### Task directions
Each line of the data below that contains "IFCSHAPEREPRESENTATION" must be copied.

### Given data
►

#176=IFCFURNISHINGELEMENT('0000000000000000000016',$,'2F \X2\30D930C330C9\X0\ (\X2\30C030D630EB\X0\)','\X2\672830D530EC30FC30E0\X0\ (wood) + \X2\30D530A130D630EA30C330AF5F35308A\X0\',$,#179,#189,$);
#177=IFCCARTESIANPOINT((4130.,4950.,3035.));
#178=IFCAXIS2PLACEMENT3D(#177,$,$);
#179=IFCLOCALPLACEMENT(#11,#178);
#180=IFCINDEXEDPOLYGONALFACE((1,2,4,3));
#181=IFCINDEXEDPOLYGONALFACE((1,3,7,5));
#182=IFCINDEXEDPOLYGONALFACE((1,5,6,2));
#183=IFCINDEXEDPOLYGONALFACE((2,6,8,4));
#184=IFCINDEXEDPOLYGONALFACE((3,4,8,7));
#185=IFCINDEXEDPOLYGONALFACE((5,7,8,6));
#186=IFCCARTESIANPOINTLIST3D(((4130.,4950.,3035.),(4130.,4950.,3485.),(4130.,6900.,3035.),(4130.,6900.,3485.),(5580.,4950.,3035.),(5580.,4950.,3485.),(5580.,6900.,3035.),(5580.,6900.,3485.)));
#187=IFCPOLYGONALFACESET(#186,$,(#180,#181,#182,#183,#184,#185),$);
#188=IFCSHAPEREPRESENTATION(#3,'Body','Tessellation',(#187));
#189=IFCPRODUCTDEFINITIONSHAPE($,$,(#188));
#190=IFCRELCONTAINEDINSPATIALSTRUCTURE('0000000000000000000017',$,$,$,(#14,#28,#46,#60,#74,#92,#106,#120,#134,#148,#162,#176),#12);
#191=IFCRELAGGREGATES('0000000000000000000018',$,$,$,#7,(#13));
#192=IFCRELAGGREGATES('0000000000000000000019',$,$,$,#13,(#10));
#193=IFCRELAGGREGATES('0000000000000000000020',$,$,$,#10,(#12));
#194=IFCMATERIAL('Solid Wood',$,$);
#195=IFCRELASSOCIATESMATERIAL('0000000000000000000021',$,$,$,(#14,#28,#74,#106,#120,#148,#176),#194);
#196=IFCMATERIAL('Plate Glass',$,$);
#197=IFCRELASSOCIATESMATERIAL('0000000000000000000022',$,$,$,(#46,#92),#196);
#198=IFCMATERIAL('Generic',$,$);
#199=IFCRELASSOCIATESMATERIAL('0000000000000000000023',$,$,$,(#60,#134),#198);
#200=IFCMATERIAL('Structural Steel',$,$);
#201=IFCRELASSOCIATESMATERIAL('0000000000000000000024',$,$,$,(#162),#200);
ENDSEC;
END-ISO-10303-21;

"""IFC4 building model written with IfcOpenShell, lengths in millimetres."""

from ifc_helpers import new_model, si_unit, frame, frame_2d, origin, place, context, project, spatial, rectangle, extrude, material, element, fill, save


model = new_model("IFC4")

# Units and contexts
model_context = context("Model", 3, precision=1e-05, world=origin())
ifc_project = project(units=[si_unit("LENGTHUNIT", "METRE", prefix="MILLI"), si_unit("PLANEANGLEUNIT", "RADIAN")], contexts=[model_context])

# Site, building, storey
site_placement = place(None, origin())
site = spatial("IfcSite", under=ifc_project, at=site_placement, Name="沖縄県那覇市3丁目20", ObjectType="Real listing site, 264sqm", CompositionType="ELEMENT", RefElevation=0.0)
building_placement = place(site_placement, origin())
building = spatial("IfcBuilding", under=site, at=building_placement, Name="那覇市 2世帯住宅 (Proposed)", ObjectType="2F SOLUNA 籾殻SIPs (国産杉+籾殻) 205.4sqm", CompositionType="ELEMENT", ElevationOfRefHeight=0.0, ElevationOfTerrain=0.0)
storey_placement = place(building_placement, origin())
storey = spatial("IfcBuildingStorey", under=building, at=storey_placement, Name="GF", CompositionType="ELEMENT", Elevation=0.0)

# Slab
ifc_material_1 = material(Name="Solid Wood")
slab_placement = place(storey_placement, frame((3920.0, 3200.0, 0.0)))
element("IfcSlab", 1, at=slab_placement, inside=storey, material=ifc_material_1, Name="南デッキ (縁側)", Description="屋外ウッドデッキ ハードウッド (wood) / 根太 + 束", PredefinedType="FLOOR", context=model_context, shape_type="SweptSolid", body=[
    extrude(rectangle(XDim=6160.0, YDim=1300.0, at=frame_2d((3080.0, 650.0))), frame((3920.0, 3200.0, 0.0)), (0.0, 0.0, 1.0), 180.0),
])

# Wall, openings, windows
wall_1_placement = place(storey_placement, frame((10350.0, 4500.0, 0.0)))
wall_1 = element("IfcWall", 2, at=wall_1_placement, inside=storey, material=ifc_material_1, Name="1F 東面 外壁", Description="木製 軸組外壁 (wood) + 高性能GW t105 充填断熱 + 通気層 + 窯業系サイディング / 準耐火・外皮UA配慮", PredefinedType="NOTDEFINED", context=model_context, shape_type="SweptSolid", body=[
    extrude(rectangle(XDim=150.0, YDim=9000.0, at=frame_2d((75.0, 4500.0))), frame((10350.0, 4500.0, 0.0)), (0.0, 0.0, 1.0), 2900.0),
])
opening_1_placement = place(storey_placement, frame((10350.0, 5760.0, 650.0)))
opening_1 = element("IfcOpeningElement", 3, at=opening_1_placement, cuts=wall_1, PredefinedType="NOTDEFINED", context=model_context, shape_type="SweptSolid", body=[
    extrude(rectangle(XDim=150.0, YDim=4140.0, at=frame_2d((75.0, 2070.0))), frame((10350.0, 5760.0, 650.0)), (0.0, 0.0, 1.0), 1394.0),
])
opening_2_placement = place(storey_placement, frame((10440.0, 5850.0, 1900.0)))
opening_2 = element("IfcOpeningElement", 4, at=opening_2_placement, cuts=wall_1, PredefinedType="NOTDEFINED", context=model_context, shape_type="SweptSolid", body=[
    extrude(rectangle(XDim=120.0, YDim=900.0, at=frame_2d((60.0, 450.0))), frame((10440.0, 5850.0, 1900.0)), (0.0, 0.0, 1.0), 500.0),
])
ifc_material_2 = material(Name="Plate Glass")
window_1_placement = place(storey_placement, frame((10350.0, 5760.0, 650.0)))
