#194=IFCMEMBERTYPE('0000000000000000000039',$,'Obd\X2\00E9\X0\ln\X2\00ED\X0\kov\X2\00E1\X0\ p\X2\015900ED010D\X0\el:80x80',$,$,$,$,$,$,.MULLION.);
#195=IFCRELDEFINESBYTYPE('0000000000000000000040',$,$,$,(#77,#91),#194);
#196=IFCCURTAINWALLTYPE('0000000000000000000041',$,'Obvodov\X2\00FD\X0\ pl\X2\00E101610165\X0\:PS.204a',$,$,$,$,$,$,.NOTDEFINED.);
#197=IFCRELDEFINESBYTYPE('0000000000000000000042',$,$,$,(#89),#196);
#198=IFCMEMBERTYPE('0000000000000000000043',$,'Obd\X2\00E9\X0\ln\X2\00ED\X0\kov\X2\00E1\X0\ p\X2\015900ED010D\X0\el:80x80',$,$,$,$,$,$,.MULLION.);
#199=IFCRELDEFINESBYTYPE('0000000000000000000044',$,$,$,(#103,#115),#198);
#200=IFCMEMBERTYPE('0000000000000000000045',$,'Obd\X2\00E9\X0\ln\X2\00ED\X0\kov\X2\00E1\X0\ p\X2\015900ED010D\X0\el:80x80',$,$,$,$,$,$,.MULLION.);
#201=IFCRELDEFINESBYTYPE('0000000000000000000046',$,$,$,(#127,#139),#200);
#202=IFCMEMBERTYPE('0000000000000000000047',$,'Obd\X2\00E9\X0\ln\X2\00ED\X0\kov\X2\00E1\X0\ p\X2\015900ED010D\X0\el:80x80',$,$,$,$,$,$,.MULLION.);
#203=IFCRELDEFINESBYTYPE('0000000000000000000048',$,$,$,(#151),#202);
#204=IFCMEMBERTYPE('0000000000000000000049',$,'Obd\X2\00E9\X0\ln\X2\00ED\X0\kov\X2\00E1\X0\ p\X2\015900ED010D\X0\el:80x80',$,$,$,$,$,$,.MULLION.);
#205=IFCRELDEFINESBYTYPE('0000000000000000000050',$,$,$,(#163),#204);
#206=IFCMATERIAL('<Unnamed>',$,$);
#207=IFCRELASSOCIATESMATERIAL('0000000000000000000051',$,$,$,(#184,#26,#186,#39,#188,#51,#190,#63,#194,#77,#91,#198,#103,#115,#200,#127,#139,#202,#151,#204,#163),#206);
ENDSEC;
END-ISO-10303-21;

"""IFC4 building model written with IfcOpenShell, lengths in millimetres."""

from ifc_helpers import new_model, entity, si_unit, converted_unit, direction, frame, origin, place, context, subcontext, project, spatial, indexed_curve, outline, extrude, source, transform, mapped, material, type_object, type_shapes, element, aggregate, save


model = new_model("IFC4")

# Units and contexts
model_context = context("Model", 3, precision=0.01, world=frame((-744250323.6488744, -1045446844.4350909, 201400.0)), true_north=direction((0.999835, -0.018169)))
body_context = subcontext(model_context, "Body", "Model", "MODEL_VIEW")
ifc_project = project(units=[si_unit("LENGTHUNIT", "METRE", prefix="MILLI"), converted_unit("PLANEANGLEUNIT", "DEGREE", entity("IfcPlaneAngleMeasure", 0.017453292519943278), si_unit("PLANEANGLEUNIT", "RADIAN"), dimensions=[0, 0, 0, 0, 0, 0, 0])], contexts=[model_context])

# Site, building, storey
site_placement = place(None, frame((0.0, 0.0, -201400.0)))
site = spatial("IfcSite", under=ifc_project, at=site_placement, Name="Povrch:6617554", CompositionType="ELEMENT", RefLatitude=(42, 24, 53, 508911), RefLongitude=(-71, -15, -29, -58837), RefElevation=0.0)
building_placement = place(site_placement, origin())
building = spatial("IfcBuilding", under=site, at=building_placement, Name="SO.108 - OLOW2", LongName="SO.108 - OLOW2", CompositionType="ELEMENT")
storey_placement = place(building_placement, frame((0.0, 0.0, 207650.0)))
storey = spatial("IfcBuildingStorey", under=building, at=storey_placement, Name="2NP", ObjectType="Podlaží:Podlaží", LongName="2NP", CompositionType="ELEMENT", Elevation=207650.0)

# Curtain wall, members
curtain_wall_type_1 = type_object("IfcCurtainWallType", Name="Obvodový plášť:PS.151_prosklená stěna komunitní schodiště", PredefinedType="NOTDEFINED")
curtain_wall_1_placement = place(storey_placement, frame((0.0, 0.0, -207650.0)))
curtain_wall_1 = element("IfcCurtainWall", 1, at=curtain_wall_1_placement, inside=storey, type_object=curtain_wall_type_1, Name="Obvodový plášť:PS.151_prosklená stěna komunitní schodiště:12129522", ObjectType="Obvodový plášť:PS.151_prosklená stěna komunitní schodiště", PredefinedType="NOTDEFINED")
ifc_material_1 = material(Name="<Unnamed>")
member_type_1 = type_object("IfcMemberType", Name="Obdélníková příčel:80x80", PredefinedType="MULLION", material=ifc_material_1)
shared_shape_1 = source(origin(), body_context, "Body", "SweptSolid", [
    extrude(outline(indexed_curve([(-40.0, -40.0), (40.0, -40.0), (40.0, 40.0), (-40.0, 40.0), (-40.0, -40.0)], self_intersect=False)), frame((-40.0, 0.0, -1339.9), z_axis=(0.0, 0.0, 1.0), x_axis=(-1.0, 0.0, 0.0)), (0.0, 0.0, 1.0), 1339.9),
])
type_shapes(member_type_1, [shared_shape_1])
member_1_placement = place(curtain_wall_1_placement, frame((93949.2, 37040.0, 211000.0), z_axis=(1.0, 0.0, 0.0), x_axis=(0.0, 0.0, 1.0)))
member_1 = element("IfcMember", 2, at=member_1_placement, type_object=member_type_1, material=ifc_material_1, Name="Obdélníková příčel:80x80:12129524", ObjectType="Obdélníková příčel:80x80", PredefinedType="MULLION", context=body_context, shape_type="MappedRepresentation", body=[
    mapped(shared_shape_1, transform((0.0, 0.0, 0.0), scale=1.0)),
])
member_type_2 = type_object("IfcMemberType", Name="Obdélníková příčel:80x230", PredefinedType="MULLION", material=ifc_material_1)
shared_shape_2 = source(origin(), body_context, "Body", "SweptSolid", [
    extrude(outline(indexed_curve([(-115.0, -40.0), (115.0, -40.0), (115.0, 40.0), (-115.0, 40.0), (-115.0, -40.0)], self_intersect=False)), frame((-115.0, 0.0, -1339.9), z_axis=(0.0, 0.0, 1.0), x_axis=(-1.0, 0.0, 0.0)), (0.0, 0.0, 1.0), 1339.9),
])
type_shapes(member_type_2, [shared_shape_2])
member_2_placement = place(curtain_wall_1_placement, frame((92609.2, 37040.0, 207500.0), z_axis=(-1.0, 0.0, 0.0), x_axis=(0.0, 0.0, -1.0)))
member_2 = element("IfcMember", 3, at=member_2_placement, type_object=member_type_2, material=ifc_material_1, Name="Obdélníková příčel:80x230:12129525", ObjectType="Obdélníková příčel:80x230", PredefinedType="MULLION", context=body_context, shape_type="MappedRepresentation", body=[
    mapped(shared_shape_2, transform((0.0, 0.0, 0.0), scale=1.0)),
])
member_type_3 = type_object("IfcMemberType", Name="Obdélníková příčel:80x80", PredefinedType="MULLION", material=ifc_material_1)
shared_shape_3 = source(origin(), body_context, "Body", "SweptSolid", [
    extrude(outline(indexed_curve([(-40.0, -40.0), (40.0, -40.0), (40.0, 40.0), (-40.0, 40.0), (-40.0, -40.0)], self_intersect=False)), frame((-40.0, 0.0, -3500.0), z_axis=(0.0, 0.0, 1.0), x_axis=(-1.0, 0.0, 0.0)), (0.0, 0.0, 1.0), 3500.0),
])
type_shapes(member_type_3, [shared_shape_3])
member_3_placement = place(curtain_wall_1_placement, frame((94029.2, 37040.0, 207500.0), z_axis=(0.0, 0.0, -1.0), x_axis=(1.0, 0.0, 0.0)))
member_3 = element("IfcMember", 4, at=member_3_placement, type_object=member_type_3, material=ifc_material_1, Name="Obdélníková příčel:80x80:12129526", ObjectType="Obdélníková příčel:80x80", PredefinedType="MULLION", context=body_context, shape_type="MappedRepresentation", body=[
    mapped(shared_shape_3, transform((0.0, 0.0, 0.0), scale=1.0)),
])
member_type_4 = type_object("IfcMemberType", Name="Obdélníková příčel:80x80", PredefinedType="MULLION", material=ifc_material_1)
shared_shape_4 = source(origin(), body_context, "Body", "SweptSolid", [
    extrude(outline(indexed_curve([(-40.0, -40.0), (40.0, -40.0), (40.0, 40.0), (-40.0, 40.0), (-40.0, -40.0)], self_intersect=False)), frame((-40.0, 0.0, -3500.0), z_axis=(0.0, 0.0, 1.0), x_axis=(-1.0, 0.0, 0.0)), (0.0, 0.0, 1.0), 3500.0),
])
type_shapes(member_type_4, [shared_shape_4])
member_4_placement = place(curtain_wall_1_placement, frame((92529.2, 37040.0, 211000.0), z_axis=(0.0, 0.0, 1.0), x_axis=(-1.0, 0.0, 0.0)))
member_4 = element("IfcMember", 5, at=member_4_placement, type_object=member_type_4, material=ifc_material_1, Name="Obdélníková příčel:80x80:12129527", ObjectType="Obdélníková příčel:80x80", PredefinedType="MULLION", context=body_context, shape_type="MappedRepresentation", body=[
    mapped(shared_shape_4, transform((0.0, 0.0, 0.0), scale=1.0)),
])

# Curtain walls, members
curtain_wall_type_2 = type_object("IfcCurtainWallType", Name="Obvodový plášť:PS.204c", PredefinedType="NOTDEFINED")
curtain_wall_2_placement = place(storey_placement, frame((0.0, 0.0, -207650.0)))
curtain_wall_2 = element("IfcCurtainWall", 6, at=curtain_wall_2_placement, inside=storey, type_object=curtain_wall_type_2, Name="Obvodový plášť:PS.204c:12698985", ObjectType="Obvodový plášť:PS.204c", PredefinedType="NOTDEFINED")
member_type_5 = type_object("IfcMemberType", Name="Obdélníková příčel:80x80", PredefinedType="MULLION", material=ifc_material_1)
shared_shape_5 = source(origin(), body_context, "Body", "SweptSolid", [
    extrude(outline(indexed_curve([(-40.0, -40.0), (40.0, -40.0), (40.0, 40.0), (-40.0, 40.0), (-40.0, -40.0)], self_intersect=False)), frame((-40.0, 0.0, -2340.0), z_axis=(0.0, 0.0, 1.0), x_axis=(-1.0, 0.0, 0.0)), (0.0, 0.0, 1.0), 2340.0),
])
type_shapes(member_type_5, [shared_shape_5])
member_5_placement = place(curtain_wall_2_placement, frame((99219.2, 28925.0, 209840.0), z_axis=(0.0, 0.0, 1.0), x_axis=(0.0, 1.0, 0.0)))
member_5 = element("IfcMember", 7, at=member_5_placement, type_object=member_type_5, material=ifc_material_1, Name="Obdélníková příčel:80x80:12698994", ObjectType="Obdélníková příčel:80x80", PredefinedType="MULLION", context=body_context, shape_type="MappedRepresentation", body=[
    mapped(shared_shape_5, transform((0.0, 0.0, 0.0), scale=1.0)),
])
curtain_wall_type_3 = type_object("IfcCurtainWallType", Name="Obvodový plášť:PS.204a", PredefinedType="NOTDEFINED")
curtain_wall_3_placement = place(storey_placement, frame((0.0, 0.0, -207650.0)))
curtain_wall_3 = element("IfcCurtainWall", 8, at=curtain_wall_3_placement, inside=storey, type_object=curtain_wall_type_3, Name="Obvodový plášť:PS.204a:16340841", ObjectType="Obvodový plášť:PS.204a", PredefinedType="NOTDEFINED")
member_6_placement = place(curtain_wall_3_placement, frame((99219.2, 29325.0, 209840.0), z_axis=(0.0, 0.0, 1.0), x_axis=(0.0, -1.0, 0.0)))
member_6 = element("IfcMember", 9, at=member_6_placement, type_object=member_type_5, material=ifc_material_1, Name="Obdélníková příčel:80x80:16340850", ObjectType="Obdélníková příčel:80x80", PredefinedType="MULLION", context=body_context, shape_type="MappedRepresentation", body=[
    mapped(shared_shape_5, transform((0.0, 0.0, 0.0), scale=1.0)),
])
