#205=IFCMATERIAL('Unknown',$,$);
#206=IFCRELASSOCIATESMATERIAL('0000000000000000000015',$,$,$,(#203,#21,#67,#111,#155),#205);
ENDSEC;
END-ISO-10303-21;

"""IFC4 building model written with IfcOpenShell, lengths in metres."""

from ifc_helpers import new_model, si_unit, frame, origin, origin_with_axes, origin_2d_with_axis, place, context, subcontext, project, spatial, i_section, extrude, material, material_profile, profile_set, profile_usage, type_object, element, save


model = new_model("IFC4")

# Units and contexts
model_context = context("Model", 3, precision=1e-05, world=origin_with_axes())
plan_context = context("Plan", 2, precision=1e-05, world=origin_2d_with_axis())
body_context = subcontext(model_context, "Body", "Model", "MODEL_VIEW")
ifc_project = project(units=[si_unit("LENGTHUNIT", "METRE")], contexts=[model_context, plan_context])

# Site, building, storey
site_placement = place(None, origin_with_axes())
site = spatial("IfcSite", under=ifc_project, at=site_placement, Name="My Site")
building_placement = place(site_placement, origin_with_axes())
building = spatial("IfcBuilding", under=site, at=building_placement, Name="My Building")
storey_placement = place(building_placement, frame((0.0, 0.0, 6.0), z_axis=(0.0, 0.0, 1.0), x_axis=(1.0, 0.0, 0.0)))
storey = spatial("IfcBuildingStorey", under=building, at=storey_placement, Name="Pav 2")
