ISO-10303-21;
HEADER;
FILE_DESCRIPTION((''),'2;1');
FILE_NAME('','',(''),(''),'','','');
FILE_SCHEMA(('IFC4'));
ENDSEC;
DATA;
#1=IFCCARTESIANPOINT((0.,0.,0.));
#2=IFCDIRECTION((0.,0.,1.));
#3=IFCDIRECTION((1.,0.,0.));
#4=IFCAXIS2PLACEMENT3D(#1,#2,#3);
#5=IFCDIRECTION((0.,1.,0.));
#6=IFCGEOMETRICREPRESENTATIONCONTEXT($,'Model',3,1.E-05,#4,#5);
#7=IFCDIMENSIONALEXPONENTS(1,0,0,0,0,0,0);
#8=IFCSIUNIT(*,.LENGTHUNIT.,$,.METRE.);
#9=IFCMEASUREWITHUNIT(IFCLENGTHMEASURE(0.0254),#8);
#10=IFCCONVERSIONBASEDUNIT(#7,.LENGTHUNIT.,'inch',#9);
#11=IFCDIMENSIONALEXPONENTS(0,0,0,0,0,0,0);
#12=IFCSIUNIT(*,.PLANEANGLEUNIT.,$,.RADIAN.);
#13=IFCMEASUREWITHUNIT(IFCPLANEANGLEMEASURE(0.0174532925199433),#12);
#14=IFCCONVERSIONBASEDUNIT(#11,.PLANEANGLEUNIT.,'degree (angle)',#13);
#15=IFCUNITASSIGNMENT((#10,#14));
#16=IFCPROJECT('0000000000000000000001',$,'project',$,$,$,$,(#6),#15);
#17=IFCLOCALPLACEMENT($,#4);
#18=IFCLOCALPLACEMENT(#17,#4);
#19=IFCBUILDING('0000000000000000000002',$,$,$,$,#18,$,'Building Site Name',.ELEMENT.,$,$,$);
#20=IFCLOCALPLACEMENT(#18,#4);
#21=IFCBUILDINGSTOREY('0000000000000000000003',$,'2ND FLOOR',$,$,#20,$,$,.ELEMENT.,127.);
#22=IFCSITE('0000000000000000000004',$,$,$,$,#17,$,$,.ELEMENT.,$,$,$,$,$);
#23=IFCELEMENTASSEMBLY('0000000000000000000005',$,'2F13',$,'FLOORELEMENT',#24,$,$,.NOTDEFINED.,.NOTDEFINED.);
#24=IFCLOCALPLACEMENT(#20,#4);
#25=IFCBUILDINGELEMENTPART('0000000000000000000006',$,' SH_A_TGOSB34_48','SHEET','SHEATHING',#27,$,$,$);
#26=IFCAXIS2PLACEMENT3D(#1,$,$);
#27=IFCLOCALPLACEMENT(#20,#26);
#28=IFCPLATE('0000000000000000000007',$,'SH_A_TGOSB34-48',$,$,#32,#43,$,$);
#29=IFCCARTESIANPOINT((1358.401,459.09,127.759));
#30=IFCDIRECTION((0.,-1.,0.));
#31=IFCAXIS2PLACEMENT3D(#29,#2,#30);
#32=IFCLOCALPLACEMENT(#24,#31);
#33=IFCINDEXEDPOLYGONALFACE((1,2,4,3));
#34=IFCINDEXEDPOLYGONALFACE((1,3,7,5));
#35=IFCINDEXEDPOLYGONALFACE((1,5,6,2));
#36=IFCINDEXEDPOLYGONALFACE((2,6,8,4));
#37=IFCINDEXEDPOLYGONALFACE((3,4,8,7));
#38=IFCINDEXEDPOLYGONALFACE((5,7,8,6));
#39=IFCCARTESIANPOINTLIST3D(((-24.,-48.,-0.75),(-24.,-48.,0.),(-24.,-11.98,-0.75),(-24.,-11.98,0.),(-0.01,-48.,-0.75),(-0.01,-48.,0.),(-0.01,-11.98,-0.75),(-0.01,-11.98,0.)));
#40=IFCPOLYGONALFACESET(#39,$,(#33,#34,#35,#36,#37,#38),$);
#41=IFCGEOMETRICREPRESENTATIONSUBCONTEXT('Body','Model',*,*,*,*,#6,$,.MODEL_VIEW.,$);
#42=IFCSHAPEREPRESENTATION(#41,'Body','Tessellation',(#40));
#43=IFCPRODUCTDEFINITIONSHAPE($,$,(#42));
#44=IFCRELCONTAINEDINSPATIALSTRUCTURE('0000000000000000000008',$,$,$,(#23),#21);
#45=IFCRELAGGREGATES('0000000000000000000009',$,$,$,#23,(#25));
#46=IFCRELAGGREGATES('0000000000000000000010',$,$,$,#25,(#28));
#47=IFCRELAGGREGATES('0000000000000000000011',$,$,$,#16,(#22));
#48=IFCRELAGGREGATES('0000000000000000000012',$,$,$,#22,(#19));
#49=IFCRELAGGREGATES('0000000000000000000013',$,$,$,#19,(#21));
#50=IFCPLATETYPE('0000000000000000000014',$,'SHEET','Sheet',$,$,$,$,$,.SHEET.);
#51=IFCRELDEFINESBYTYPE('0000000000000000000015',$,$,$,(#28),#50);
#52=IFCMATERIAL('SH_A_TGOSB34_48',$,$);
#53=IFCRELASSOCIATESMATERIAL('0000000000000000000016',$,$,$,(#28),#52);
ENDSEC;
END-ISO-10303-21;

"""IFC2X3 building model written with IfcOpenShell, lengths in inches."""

from ifc_helpers import new_model, entity, si_unit, converted_unit, direction, frame, frame_2d, origin_with_axes, place, context, subcontext, project, spatial, rectangle, extrude, material, type_object, element, aggregate, save


model = new_model("IFC2X3")

# Units and contexts
model_context = context("Model", 3, precision=1e-05, world=origin_with_axes(), true_north=direction((0.0, 1.0, 0.0)))
body_context = subcontext(model_context, "Body", "Model", "MODEL_VIEW")
ifc_project = project(units=[converted_unit("LENGTHUNIT", "inch", entity("IfcLengthMeasure", 0.0254), si_unit("LENGTHUNIT", "METRE"), dimensions=[1, 0, 0, 0, 0, 0, 0]), converted_unit("PLANEANGLEUNIT", "degree (angle)", entity("IfcPlaneAngleMeasure", 0.0174532925199433), si_unit("PLANEANGLEUNIT", "RADIAN"), dimensions=[0, 0, 0, 0, 0, 0, 0])], contexts=[model_context])

# Site, building, storey
site_placement = place(None, origin_with_axes())
site = spatial("IfcSite", under=ifc_project, at=site_placement, CompositionType="ELEMENT")
building_placement = place(site_placement, origin_with_axes())
building = spatial("IfcBuilding", under=site, at=building_placement, LongName="Building Site Name", CompositionType="ELEMENT")
storey_placement = place(building_placement, origin_with_axes())
storey = spatial("IfcBuildingStorey", under=building, at=storey_placement, Name="2ND FLOOR", CompositionType="ELEMENT", Elevation=127.0)

# Element assembly
assembly_1_placement = place(storey_placement, origin_with_axes())
assembly_1 = element("IfcElementAssembly", 1, at=assembly_1_placement, inside=storey, Name="2F13", ObjectType="FLOORELEMENT", AssemblyPlace="NOTDEFINED", PredefinedType="NOTDEFINED")

# Shared definitions
ifc_material_1 = material(Name="SH_A_TGOSB34_48")
plate_type = type_object("IfcPlateType", Name="SHEET", Description="Sheet", PredefinedType="SHEET")

# Building element part
building_element_part_1 = element("IfcBuildingElementPart", 2, Name=" SH_A_TGOSB34_48", Description="SHEET", ObjectType="SHEATHING")
aggregate(assembly_1, [building_element_part_1])

# Plate
plate_1_placement = place(assembly_1_placement, frame((1358.401, 459.09, 127.759), z_axis=(0.0, 0.0, 1.0), x_axis=(0.0, -1.0, 0.0)))
plate_1 = element("IfcPlate", 3, at=plate_1_placement, type_object=plate_type, material=ifc_material_1, Name="SH_A_TGOSB34-48", context=body_context, shape_type="SweptSolid", body=[
    extrude(rectangle(XDim=0.75, YDim=23.99, at=frame_2d((12.005, -0.375), x_axis=(0.0, -1.0))), frame((0.0, -48.0, 0.0), z_axis=(0.0, 1.0, 0.0), x_axis=(-1.0, 0.0, 0.0)), (0.0, 0.0, 1.0), 36.02),
])
aggregate(building_element_part_1, [plate_1])

save(model, "model.ifc")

◄

### Response
#188=IFCSHAPEREPRESENTATION(#3,'Body','Tessellation',(#187));
#42=IFCSHAPEREPRESENTATION(#41,'Body','Tessellation',(#40));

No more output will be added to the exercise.